Department of Microbiology, Faculty of Veterinary Medicine, Cairo University, Cairo, Egypt.
Foodborne Pathog Dis. 2010 Apr;7(4):383-90. doi: 10.1089/fpd.2009.0358.
The occurrence of Salmonella in 750 birds was assessed. The samples included the internal organs (caecal pouches, yolk sac, liver, and lung) of imported 1-day-old chicks (n = 150), grandparent chicks (n = 150), breeder chicks (n = 150), ducklings (n = 150), and turkey poults (n = 150), and paper-lined boxes (n = 250). Salmonellae isolated from the internal organs and paper-lined box of 1-day-old chicks, ducklings, and poults were mostly evident from the paper-lined box followed by caecal samples. Imported 1-day-old grandparent flocks were Salmonella free. Although 23.3% of the imported breeder flocks were positive for Salmonella, the imported duckling flocks and day-old turkey poults exhibited 19.3% and 12.6%, respectively. The widest diversity in isolated salmonellae was from the 1-day-old chicks where Salmonella Newport, Salmonella Kentucky, Salmonella Enteritidis, Salmonella Shubra, Salmonella Saintpaul, and Salmonella Agona were isolated. On the other hand, two Salmonella serovars were isolated from the imported breeders, Salmonella Shubra and Salmonella Shipley, and from the imported ducklings, Salmonella Shubra and Salmonella Saintpaul. The three Salmonella serovars isolated from the imported day-old turkey poults were Salmonella Shubra, Salmonella Newport, and Salmonella Saintpaul. The high percentage and diversity of Salmonella isolation from the imported birds cause concern because of the zoonotic potential of this agent and its economical importance to the local commercial poultry breeding industry. From 80 samples investigated for Salmonella, the positivity of the standard microbiological technique method was 17.5% and of the polymerase chain reaction method (Salmonella-specific invA gene) was 22.5%. The concordance between the two methods was 90% (k = 0.850). Our results indicated that the polymerase chain reaction approach is better than culturing for detecting Salmonella in poultry samples when using the preenriched medium combinations used in this study.
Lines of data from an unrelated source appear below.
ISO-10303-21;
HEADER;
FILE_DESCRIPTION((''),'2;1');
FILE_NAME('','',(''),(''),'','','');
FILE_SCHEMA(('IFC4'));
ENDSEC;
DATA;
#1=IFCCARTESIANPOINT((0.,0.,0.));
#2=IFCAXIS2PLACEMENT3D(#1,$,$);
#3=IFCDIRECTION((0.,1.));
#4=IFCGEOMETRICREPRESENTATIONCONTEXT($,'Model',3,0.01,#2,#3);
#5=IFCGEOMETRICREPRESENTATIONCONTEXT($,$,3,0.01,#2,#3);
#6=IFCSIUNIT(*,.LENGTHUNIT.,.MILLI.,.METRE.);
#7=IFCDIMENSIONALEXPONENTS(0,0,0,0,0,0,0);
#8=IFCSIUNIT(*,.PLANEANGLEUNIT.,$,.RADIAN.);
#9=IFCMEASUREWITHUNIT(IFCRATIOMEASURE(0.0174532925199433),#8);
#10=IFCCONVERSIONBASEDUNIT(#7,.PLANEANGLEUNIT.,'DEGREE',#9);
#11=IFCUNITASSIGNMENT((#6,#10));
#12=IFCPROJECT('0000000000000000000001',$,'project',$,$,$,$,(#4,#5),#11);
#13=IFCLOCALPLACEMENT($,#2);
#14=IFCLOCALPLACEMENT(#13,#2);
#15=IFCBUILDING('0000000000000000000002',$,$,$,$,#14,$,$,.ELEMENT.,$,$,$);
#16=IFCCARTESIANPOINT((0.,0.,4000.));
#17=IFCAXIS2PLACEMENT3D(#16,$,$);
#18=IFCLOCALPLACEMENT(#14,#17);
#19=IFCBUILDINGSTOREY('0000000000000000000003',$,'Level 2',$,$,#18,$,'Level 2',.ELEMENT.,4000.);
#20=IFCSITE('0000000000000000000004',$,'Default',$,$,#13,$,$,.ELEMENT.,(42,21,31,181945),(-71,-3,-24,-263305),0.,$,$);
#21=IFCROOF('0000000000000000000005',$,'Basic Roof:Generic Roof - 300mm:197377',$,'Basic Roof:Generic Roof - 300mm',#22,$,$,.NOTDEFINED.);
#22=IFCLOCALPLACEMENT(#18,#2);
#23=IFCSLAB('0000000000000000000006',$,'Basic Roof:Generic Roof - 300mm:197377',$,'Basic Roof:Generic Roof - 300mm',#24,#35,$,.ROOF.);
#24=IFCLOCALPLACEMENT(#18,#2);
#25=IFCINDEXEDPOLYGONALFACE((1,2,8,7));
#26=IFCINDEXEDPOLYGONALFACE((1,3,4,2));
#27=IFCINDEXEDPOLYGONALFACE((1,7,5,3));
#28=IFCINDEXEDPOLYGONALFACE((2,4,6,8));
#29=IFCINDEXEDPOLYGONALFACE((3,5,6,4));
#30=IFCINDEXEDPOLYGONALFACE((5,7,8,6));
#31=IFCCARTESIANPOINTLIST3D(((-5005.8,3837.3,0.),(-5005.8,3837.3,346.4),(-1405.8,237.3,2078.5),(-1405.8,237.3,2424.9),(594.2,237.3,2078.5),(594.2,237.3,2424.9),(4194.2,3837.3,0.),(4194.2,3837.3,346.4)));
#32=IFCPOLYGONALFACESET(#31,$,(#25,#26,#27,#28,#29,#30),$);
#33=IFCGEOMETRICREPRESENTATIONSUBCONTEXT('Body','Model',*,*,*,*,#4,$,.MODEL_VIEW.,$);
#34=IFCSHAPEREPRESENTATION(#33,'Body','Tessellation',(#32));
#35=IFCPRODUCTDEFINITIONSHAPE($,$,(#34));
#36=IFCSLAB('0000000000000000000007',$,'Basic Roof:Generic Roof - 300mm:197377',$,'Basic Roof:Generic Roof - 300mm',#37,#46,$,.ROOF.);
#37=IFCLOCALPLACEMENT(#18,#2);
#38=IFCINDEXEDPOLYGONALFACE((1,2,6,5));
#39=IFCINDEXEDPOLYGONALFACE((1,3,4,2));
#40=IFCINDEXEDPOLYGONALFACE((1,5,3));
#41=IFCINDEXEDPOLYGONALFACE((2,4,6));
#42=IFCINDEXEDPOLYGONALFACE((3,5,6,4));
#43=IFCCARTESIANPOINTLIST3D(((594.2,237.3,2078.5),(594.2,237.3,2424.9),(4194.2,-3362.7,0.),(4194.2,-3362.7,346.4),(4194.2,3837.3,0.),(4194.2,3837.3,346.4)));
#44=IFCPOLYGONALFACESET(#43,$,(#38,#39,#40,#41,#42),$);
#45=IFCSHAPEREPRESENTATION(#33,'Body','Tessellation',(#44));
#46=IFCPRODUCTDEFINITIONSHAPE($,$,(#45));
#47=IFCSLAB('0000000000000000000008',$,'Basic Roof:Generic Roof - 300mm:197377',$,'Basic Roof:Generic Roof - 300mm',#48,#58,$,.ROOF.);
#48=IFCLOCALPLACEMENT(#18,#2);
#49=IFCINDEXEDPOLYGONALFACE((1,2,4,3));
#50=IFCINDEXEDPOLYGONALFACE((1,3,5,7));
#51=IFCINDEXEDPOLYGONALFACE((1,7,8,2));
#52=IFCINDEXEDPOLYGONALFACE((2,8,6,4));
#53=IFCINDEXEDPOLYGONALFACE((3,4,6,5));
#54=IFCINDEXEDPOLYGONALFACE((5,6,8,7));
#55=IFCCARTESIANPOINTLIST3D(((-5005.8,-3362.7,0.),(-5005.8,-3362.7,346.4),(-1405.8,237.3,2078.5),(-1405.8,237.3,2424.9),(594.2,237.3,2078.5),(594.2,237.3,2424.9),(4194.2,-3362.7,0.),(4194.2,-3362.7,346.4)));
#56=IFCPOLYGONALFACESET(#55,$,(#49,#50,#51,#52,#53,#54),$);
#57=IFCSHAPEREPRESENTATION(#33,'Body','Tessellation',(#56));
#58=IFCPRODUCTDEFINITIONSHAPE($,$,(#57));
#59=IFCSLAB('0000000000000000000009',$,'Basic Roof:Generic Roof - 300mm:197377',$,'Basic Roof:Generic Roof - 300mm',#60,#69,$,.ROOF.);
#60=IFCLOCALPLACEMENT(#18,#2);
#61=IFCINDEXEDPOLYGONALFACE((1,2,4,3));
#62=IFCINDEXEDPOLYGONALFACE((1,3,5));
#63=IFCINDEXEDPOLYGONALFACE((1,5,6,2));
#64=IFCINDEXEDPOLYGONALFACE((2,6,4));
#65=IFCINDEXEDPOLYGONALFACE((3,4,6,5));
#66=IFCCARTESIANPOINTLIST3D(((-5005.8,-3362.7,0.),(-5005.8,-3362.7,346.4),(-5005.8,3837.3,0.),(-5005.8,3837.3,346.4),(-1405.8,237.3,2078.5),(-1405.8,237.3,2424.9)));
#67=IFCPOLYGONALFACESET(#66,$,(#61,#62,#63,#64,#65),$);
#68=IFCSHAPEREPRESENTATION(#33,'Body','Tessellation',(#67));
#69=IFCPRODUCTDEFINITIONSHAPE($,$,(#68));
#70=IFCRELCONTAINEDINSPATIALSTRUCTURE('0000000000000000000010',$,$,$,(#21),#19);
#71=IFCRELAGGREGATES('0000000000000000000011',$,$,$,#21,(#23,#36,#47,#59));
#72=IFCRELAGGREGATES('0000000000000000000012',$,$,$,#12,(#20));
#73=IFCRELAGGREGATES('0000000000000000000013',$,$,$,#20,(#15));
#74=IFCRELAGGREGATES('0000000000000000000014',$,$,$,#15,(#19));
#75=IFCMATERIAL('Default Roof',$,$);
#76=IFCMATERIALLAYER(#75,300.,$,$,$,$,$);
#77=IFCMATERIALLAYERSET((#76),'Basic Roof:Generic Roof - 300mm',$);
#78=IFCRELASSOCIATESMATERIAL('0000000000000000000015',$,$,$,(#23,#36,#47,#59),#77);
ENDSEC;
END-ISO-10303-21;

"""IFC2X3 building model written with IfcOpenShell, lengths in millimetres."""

from ifc_helpers import new_model, entity, si_unit, converted_unit, direction, frame, origin, place, context, subcontext, project, spatial, polyline, outline, extrude, material, layer, layer_set, element, aggregate, save


model = new_model("IFC2X3")

# Units and contexts
model_context = context("Model", 3, precision=0.01, world=origin(), true_north=direction((0.0, 1.0)))
context_of_model = context(None, 3, precision=0.01, world=origin(), true_north=direction((0.0, 1.0)))
body_context = subcontext(model_context, "Body", "Model", "MODEL_VIEW")
ifc_project = project(units=[si_unit("LENGTHUNIT", "METRE", prefix="MILLI"), converted_unit("PLANEANGLEUNIT", "DEGREE", entity("IfcRatioMeasure", 0.0174532925199433), si_unit("PLANEANGLEUNIT", "RADIAN"), dimensions=[0, 0, 0, 0, 0, 0, 0])], contexts=[model_context, context_of_model])

# Site, building, storey
site_placement = place(None, origin())
site = spatial("IfcSite", under=ifc_project, at=site_placement, Name="Default", CompositionType="ELEMENT", RefLatitude=(42, 21, 31, 181945), RefLongitude=(-71, -3, -24, -263305), RefElevation=0.0)
building_placement = place(site_placement, origin())
building = spatial("IfcBuilding", under=site, at=building_placement, CompositionType="ELEMENT")
storey_placement = place(building_placement, frame((0.0, 0.0, 4000.0)))
storey = spatial("IfcBuildingStorey", under=building, at=storey_placement, Name="Level 2", LongName="Level 2", CompositionType="ELEMENT", Elevation=4000.0)

# Roof, slabs
roof_placement = place(storey_placement, frame((-5005.8, -3362.7, 0.0)))
roof = element("IfcRoof", 1, at=roof_placement, inside=storey, Name="Basic Roof:Generic Roof - 300mm:197377", ObjectType="Basic Roof:Generic Roof - 300mm", ShapeType="NOTDEFINED")
ifc_material = material(Name="Default Roof")
ifc_layer = layer(ifc_material, 300.0)
ifc_layer_set = layer_set([ifc_layer], Name="Basic Roof:Generic Roof - 300mm")
slab_1_placement = place(roof_placement, origin())
slab_1 = element("IfcSlab", 2, at=slab_1_placement, material=ifc_layer_set, Name="Basic Roof:Generic Roof - 300mm:197377", ObjectType="Basic Roof:Generic Roof - 300mm", PredefinedType="ROOF", context=body_context, shape_type="SweptSolid", body=[
    extrude(outline(polyline([(-1000.0, -2078.5), (1000.0, -2078.5), (4600.0, 2078.5), (-4600.0, 2078.5), (-1000.0, -2078.5)])), frame((4600.0, 5400.0, 1039.2), z_axis=(0.0, 0.5, 0.866025), x_axis=(1.0, 0.0, 0.0)), (0.0, -0.5, 0.866025), 346.4),
])
slab_2_placement = place(roof_placement, origin())
slab_2 = element("IfcSlab", 3, at=slab_2_placement, material=ifc_layer_set, Name="Basic Roof:Generic Roof - 300mm:197377", ObjectType="Basic Roof:Generic Roof - 300mm", PredefinedType="ROOF", context=body_context, shape_type="SweptSolid", body=[
    extrude(outline(polyline([(2078.5, -3600.0), (2078.5, 3600.0), (-2078.5, 0.0), (2078.5, -3600.0)])), frame((7400.0, 3600.0, 1039.2), z_axis=(0.5, 0.0, 0.866025), x_axis=(0.866025, 0.0, -0.5)), (-0.5, 0.0, 0.866025), 346.4),
])
slab_3_placement = place(roof_placement, origin())
slab_3 = element("IfcSlab", 4, at=slab_3_placement, material=ifc_layer_set, Name="Basic Roof:Generic Roof - 300mm:197377", ObjectType="Basic Roof:Generic Roof - 300mm", PredefinedType="ROOF", context=body_context, shape_type="SweptSolid", body=[
    extrude(outline(polyline([(-4600.0, -2078.5), (4600.0, -2078.5), (1000.0, 2078.5), (-1000.0, 2078.5), (-4600.0, -2078.5)])), frame((4600.0, 1800.0, 1039.2), z_axis=(0.0, -0.5, 0.866025), x_axis=(1.0, 0.0, 0.0)), (0.0, 0.5, 0.866025), 346.4),
])
slab_4_placement = place(roof_placement, origin())
slab_4 = element("IfcSlab", 5, at=slab_4_placement, material=ifc_layer_set, Name="Basic Roof:Generic Roof - 300mm:197377", ObjectType="Basic Roof:Generic Roof - 300mm", PredefinedType="ROOF", context=body_context, shape_type="SweptSolid", body=[
    extrude(outline(polyline([(-2078.5, 3600.0), (-2078.5, -3600.0), (2078.5, 0.0), (-2078.5, 3600.0)])), frame((1800.0, 3600.0, 1039.2), z_axis=(-0.5, 0.0, 0.866025), x_axis=(0.866025, 0.0, 0.5)), (0.5, 0.0, 0.866025), 346.4),
])
aggregate(roof, [slab_1, slab_2, slab_3, slab_4])

save(model, "model.ifc")
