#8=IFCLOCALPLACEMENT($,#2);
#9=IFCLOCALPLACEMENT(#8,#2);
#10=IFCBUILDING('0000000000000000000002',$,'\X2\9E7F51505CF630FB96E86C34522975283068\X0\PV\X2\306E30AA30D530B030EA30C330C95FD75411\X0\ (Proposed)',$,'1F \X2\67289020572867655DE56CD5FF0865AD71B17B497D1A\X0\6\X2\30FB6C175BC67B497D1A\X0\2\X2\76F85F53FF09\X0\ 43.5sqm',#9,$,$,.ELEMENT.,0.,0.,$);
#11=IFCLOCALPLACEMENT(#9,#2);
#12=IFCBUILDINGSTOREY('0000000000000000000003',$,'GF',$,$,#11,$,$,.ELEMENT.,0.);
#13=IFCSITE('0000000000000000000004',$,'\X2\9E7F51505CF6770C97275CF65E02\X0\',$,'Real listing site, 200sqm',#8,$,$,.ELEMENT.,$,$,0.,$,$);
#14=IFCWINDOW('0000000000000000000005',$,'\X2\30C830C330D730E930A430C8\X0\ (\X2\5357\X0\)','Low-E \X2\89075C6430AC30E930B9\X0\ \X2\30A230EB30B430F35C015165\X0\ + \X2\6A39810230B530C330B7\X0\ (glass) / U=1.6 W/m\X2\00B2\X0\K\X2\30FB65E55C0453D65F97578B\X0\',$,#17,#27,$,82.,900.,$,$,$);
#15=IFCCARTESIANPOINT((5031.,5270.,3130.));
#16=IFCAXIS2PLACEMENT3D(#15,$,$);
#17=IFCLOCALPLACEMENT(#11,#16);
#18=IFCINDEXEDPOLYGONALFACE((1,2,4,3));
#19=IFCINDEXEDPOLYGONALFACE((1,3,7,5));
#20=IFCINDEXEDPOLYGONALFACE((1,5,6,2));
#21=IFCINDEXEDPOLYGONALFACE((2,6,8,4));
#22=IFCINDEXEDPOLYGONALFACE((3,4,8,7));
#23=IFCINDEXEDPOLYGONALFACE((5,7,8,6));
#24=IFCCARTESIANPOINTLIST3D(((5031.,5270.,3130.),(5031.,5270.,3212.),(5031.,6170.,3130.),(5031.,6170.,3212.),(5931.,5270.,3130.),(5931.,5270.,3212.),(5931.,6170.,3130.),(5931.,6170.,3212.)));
本研究评估了 750 只禽类中沙门氏菌的发生情况。样本包括进口 1 日龄雏鸡(n=150)、祖代鸡(n=150)、种鸡(n=150)、鸭(n=150)和火鸡雏鸡(n=150)的内脏器官(盲肠囊、蛋黄囊、肝脏和肺),以及纸质衬盒(n=250)。从 1 日龄雏鸡、鸭和火鸡雏鸡的内脏器官和纸质衬盒中分离出的沙门氏菌,主要来源于纸质衬盒,其次是盲肠样本。进口的 1 日龄祖代鸡群未检出沙门氏菌。尽管 23.3%的进口种鸡群呈沙门氏菌阳性,但进口鸭群和 1 日龄火鸡雏鸡的阳性率分别为 19.3%和 12.6%。从 1 日龄雏鸡中分离出的沙门氏菌多样性最广,包括沙门氏菌纽波特、沙门氏菌肯塔基、沙门氏菌肠炎、沙门氏菌舒布拉、沙门氏菌圣保罗和沙门氏菌阿贡纳。另一方面,从进口种鸡中分离到两种沙门氏菌血清型,即沙门氏菌舒布拉和沙门氏菌希普利,从进口鸭中分离到沙门氏菌舒布拉和沙门氏菌圣保罗。从进口 1 日龄火鸡雏鸡中分离到的三种沙门氏菌血清型为沙门氏菌舒布拉、沙门氏菌纽波特和沙门氏菌圣保罗。从进口禽类中分离出的沙门氏菌数量和多样性较高,令人担忧,因为这种病原体具有人畜共患的潜力,对当地商业家禽养殖行业具有重要的经济意义。在对 80 份沙门氏菌样本进行检测时,标准微生物学技术方法的阳性率为 17.5%,聚合酶链反应方法(沙门氏菌特异性 invA 基因)的阳性率为 22.5%。两种方法的一致性为 90%(k=0.850)。我们的结果表明,当使用本研究中使用的预富集培养基组合时,聚合酶链反应方法比培养法更适合检测家禽样本中的沙门氏菌。